Sie sind in der Saison 1999/2000 in die Türkei zu Ovak Renault Bursa gewechselt. Sind Sie bewusst in die Türkei gegangen, um ihre Wurzeln kennen zu lernen?

 

Demirel: Damals gab es in der Türkei eine sehr gute Liga, die hat mich vor allem gereizt. Aber natürlich spielte es auch eine Rolle, dass meine Eltern aus der Türkei kommen und ich die Sprache beherrsche.

 

Wie wurden Sie in der Türkei im Team aufgenommen? Als Deutscher oder als Türke?

 

Demirel: Als Türke wurde ich dort nicht aufgenommen. Ich war dort der Deutsch-Türke.

 

Sie kehrten bereits nach einem halben Jahr wieder zurück. Warum sind Sie so schnell zurückgekommen?

 

Demirel: Das hatte sportliche Gründe. Es lief in der Türkei für mich nicht so gut. Ich saß viel auf der Ersatzbank und konnte zuwenig spielen. Diesen Zustand wollte ich ändern.

 

Fühlen Sie sich mehr als Deutscher oder als Türke?

 

Demirel: Weder noch. Ich fühle mich vor allem als Berliner.

 

Inwiefern wurde Ihre sportliche Karriere durch ihre Herkunft beeinflusst?

 

Demirel: Ich hatte nie Sprachprobleme, da ich Deutsch als erste Sprache gelernt habe. Ich spreche besser Deutsch als Türkisch, das hat meinen Weg sehr erleichtert.

 

Welchen Stellenwert haben Ihrer Meinung nach Sport und Vereine im Hinblick auf die Integration von Zuwanderern?

 

Demirel: Im Sport ist es nicht so wichtig, welche Sprache man spricht. Da kommt es vor allem darauf an, dass alle die gleichen Ziele verfolgen und sich aufeinander verlassen können. Sport ist für Ausländer ein gutes Mittel, ihre Probleme, die sie mit der Sprache und in einem fremden Land haben, für einen Augenblick fallen zu lassen. Sie gehören dann trotzdem zur Mannschaft. Dennoch denke ich, dass das Beherrschen der deutschen Sprache sehr wichtig für die Integration ist.

 

Sind Sie der Meinung, dass es mehr Initiativen geben müsste, um Zuwanderern den Zugang zu Vereinen zu erleichtern?

 

Demirel: Ich glaube, dass es vielen Zuwanderern das Leben und die Integration erleichtern würde, wenn sie einen deutschen Pass bekommen würden.

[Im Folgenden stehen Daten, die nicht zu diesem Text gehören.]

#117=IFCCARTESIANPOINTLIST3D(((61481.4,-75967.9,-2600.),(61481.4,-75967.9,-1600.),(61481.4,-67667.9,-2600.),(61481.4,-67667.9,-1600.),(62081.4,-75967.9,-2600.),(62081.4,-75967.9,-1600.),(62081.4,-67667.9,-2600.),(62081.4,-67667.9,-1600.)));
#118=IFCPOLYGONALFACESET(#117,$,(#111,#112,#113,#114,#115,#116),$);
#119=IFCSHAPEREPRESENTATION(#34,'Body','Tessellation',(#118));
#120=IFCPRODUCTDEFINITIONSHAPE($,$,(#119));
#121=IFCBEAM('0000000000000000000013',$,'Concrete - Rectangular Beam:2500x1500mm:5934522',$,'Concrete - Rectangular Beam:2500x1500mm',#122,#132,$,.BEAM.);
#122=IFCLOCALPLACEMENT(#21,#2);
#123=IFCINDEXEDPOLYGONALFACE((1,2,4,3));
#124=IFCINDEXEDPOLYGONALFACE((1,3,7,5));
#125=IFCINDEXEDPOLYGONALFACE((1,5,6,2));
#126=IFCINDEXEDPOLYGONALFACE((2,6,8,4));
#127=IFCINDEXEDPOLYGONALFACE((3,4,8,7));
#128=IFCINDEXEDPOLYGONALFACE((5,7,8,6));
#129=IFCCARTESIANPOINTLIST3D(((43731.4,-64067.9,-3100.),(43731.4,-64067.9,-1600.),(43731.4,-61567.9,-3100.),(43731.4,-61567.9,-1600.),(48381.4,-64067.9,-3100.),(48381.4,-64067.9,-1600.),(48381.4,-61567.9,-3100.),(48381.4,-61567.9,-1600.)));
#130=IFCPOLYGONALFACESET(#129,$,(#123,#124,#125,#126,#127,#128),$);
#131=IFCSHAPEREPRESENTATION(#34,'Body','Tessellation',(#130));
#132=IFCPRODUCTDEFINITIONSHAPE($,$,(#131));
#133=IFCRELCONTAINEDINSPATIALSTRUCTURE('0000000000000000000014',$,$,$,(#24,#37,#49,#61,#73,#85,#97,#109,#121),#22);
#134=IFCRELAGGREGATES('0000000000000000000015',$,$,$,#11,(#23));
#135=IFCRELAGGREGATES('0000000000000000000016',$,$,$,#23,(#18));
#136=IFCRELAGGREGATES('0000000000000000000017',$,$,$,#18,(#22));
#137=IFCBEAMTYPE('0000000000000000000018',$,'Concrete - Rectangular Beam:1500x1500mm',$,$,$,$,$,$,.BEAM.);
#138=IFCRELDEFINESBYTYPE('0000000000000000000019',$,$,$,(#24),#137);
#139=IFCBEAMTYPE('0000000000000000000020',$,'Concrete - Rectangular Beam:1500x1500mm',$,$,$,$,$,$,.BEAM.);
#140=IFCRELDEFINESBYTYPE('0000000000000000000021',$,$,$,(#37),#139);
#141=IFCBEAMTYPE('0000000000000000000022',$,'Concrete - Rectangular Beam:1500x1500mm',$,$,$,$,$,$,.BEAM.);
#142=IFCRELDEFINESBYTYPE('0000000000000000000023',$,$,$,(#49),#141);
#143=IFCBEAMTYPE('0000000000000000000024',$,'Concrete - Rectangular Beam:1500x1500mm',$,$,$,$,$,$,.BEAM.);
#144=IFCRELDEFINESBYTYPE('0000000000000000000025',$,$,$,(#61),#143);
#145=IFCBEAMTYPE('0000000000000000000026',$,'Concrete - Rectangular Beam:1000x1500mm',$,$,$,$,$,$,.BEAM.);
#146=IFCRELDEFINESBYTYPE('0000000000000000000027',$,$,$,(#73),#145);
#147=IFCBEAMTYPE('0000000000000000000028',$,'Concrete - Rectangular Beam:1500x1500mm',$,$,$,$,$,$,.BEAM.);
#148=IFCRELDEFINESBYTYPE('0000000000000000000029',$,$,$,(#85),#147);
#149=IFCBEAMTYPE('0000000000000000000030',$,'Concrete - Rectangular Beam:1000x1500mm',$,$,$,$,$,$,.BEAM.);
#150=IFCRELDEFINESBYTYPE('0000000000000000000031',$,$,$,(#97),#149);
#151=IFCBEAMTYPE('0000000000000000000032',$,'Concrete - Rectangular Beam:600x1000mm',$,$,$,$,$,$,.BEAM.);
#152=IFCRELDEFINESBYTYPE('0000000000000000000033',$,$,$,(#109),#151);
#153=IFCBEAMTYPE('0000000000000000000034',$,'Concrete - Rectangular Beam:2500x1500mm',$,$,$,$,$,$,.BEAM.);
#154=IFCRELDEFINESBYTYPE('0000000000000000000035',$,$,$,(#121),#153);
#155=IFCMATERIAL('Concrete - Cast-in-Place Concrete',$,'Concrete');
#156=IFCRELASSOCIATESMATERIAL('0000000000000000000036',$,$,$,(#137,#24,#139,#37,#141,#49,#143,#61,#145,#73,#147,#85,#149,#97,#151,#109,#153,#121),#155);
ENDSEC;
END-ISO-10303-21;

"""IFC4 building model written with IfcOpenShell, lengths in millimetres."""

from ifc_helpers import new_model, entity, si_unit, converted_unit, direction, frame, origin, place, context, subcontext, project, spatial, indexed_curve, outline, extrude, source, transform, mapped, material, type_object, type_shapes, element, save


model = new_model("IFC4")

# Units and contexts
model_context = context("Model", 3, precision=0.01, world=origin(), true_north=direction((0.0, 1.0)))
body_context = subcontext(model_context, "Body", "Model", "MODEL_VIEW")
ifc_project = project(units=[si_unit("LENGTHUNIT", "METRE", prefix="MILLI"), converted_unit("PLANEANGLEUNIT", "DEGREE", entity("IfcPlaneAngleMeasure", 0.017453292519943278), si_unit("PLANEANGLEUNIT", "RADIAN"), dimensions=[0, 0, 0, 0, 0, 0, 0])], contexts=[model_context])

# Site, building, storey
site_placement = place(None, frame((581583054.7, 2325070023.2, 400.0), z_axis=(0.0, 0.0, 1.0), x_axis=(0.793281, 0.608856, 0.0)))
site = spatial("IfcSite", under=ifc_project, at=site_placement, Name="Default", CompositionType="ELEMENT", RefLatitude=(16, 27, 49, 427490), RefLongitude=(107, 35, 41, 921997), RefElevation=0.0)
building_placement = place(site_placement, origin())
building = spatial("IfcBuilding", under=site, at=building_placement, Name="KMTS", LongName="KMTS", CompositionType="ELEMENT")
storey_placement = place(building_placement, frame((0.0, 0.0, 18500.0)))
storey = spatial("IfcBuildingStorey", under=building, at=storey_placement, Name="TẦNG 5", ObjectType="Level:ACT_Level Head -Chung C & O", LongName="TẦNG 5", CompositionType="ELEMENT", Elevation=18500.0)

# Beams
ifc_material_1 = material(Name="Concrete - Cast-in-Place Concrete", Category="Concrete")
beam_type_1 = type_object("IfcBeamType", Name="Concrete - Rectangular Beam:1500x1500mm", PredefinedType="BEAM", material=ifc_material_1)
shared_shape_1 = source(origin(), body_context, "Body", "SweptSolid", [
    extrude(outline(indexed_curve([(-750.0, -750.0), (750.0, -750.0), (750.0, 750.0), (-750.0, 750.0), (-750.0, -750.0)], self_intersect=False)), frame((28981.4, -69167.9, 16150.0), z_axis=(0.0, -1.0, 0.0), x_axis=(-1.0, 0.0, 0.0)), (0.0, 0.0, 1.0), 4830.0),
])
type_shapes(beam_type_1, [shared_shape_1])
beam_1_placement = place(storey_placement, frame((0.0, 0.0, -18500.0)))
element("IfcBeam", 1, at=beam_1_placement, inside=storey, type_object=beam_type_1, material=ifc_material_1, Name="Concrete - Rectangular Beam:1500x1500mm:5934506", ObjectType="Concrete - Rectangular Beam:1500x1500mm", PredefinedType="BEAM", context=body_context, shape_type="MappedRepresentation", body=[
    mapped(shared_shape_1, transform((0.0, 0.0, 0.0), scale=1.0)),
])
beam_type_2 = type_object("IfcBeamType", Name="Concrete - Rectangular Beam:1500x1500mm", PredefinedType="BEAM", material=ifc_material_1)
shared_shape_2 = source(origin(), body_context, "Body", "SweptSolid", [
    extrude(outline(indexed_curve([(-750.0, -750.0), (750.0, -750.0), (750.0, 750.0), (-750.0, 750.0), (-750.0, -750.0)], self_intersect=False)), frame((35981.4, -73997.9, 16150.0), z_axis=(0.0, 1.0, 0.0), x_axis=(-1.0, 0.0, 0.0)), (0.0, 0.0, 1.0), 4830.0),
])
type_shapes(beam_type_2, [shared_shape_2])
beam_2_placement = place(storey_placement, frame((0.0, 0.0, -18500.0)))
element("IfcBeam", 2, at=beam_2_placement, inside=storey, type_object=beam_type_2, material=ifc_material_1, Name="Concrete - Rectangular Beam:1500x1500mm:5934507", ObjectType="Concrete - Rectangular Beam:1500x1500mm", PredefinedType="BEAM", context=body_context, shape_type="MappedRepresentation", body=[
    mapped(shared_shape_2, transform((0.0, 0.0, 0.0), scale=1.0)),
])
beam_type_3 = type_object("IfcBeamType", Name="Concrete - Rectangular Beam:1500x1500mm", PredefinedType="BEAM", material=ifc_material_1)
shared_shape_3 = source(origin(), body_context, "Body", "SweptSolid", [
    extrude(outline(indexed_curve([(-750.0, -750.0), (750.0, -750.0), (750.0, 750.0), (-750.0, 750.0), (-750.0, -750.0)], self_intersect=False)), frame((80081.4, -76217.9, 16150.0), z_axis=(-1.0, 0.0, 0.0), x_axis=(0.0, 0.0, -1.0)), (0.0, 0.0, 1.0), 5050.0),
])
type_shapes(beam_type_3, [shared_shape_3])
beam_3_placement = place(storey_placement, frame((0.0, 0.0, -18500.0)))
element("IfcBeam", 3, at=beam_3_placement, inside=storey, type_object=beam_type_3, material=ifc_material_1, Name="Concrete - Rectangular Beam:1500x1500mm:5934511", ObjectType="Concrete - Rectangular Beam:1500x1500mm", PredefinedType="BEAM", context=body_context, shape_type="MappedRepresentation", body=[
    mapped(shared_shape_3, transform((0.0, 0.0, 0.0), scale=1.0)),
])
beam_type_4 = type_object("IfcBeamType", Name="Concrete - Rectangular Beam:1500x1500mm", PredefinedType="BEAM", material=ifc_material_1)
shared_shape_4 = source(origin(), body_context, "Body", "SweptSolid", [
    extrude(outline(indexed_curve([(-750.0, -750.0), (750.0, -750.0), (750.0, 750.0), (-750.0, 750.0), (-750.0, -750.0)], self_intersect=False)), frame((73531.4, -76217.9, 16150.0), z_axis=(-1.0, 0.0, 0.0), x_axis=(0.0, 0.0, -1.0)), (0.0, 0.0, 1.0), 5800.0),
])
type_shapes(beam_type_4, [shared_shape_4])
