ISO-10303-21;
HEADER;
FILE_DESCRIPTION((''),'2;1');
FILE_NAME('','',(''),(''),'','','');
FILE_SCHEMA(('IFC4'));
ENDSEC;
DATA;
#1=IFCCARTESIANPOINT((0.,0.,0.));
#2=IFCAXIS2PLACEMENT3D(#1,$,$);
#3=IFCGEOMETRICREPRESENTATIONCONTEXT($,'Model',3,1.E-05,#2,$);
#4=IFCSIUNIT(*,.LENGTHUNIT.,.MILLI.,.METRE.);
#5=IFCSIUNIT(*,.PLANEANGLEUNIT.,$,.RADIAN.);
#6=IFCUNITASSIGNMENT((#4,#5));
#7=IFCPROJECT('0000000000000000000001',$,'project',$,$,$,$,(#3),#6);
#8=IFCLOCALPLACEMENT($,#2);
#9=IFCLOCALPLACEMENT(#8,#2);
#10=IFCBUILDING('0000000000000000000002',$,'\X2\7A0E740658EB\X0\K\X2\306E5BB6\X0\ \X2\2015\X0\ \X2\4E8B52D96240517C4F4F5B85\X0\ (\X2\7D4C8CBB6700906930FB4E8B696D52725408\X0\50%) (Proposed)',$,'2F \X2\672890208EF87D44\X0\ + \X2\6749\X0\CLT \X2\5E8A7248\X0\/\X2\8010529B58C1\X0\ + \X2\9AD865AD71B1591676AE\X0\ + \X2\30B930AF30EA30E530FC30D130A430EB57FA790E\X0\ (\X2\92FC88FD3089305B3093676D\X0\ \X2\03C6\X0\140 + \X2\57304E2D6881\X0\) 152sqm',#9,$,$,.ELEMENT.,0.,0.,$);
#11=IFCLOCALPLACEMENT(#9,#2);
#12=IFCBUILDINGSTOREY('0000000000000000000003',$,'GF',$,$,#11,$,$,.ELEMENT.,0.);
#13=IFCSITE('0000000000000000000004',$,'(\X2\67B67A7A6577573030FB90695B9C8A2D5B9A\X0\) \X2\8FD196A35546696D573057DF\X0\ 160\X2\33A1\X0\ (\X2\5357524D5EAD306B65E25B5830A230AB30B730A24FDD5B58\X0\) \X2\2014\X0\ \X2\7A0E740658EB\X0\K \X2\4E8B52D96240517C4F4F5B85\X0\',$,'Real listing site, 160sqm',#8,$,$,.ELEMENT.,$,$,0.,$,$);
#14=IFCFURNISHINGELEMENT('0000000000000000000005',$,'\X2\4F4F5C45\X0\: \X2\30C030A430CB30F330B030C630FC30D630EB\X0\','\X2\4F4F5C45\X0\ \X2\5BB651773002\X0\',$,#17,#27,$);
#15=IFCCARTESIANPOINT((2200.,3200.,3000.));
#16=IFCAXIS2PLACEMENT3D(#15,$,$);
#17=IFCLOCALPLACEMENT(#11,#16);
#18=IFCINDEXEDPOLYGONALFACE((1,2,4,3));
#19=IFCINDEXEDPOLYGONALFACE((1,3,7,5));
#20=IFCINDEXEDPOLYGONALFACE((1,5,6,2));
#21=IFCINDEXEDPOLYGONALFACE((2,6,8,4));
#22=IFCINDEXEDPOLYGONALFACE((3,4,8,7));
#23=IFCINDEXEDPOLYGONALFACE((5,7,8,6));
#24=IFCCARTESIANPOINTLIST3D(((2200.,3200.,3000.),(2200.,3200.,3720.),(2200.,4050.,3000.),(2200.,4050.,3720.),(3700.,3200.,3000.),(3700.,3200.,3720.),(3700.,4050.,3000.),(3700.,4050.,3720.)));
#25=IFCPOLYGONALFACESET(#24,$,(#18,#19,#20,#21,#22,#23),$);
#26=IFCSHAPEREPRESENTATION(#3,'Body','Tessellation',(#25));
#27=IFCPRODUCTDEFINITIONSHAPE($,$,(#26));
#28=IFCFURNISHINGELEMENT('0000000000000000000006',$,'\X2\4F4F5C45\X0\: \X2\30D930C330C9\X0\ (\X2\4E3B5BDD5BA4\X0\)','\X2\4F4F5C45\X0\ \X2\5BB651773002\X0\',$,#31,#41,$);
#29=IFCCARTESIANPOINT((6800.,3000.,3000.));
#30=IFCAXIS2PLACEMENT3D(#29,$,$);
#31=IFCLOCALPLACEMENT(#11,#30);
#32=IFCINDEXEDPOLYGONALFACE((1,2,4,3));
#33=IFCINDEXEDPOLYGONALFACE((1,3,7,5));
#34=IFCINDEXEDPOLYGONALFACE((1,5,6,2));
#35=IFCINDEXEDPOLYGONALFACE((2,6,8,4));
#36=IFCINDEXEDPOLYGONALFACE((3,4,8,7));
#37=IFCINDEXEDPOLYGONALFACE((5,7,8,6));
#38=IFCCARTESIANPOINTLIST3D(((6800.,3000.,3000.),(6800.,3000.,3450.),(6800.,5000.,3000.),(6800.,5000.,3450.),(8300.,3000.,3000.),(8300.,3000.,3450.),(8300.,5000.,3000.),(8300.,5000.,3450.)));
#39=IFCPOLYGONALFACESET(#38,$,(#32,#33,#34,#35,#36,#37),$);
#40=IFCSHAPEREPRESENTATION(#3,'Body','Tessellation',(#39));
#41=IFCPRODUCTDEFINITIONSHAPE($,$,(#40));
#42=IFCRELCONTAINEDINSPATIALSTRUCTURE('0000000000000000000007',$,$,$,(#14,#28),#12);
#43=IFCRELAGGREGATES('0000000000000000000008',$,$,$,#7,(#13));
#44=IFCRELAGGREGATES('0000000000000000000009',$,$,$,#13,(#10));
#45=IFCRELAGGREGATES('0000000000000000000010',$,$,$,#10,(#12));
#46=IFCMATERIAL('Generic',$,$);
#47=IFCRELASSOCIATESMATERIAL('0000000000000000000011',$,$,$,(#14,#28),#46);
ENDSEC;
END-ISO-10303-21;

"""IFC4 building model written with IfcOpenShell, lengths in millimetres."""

from ifc_helpers import new_model, si_unit, frame, frame_2d, origin, place, context, project, spatial, rectangle, extrude, material, element, save


model = new_model("IFC4")

# Units and contexts
model_context = context("Model", 3, precision=1e-05, world=origin())
ifc_project = project(units=[si_unit("LENGTHUNIT", "METRE", prefix="MILLI"), si_unit("PLANEANGLEUNIT", "RADIAN")], contexts=[model_context])

# Site, building, storey
site_placement = place(None, origin())
site = spatial("IfcSite", under=ifc_project, at=site_placement, Name="(架空敷地・適宜設定) 近隣商業地域 160㎡ (南前庭に既存アカシア保存) — 税理士K 事務所兼住宅", ObjectType="Real listing site, 160sqm", CompositionType="ELEMENT", RefElevation=0.0)
building_placement = place(site_placement, origin())
building = spatial("IfcBuilding", under=site, at=building_placement, Name="税理士Kの家 ― 事務所兼住宅 (経費最適・事業割合50%) (Proposed)", ObjectType="2F 木造軸組 + 杉CLT 床版/耐力壁 + 高断熱外皮 + スクリューパイル基礎 (鋼製らせん杭 φ140 + 地中梁) 152sqm", CompositionType="ELEMENT", ElevationOfRefHeight=0.0, ElevationOfTerrain=0.0)
storey_placement = place(building_placement, origin())
storey = spatial("IfcBuildingStorey", under=building, at=storey_placement, Name="GF", CompositionType="ELEMENT", Elevation=0.0)

# Shared definitions
ifc_material = material(Name="Generic")

# Furnishing elements
furnishing_1_placement = place(storey_placement, frame((2200.0, 3200.0, 3000.0)))
element("IfcFurnishingElement", 1, at=furnishing_1_placement, inside=storey, material=ifc_material, Name="住居: ダイニングテーブル", Description="住居 家具。", context=model_context, shape_type="SweptSolid", body=[
    extrude(rectangle(XDim=1500.0, YDim=850.0, at=frame_2d((750.0, 425.0))), frame((2200.0, 3200.0, 3000.0)), (0.0, 0.0, 1.0), 720.0),
])
furnishing_2_placement = place(storey_placement, frame((6800.0, 3000.0, 3000.0)))
element("IfcFurnishingElement", 2, at=furnishing_2_placement, inside=storey, material=ifc_material, Name="住居: ベッド (主寝室)", Description="住居 家具。", context=model_context, shape_type="SweptSolid", body=[
    extrude(rectangle(XDim=1500.0, YDim=2000.0, at=frame_2d((750.0, 1000.0))), frame((6800.0, 3000.0, 3000.0)), (0.0, 0.0, 1.0), 450.0),
])

save(model, "model.ifc")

Ich musste bis zu meinem 16. Lebensjahr warten, bis ich einen deutschen Pass bekommen habe. Und den habe ich auch nur auf Grund meiner Zugehörigkeit zur Nationalmannschaft bekommen. Davor hatte ich viele Probleme und musste z. B. bei Klassenreisen Visa beantragen. Ansonsten denke ich, dass das Erlernen der deutschen Sprache das Wichtigste für Aussiedler ist.

 

Hat es für Sie - abgesehen von der Staatsbürgerschaft - jemals eine Rolle gespielt, dass ihre Familie aus der Türkei kommt?

 

Demirel: Nein, überhaupt nicht. Zumal ich es als etwas ganz besonderes empfinde, in einer Stadt wie Berlin zu leben, in der ganz unterschiedliche Kulturen zusammenkommen.